-- SUPPLIED MATERIAL follows --

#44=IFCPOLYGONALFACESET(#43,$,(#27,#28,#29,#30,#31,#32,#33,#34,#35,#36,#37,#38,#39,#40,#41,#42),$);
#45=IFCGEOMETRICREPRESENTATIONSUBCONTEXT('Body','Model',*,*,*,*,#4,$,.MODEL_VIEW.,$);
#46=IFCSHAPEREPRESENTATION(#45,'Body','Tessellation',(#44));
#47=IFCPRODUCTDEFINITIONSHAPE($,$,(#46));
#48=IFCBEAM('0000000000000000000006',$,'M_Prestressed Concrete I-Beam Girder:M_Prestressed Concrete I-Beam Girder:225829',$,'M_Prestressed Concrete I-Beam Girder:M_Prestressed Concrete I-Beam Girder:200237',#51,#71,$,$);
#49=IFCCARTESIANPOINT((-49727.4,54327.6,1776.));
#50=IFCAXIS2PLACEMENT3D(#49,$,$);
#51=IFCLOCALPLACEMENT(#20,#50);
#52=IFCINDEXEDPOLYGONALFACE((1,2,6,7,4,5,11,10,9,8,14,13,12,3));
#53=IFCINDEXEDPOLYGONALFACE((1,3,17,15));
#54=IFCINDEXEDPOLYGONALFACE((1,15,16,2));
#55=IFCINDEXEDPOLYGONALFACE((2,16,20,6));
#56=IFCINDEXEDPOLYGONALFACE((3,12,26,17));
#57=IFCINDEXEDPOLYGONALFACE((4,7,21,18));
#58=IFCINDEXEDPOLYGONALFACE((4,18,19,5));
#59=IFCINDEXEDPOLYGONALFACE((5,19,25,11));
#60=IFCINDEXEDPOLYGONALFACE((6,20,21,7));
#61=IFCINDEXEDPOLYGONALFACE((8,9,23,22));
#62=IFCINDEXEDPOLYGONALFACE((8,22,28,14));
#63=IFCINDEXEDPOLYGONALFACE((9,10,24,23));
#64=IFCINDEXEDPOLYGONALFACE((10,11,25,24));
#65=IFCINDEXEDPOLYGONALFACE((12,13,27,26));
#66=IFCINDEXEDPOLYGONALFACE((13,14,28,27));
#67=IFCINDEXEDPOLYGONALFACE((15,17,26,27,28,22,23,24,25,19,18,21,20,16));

-- SUPPLIED MATERIAL concluded --

**PROBLEM DESCRIPTION:** Every line above in which the word "Body" is present must be copied into the answer.

**YOUR RESPONSE:**
#45=IFCGEOMETRICREPRESENTATIONSUBCONTEXT('Body','Model',*,*,*,*,#4,$,.MODEL_VIEW.,$);
#46=IFCSHAPEREPRESENTATION(#45,'Body','Tessellation',(#44));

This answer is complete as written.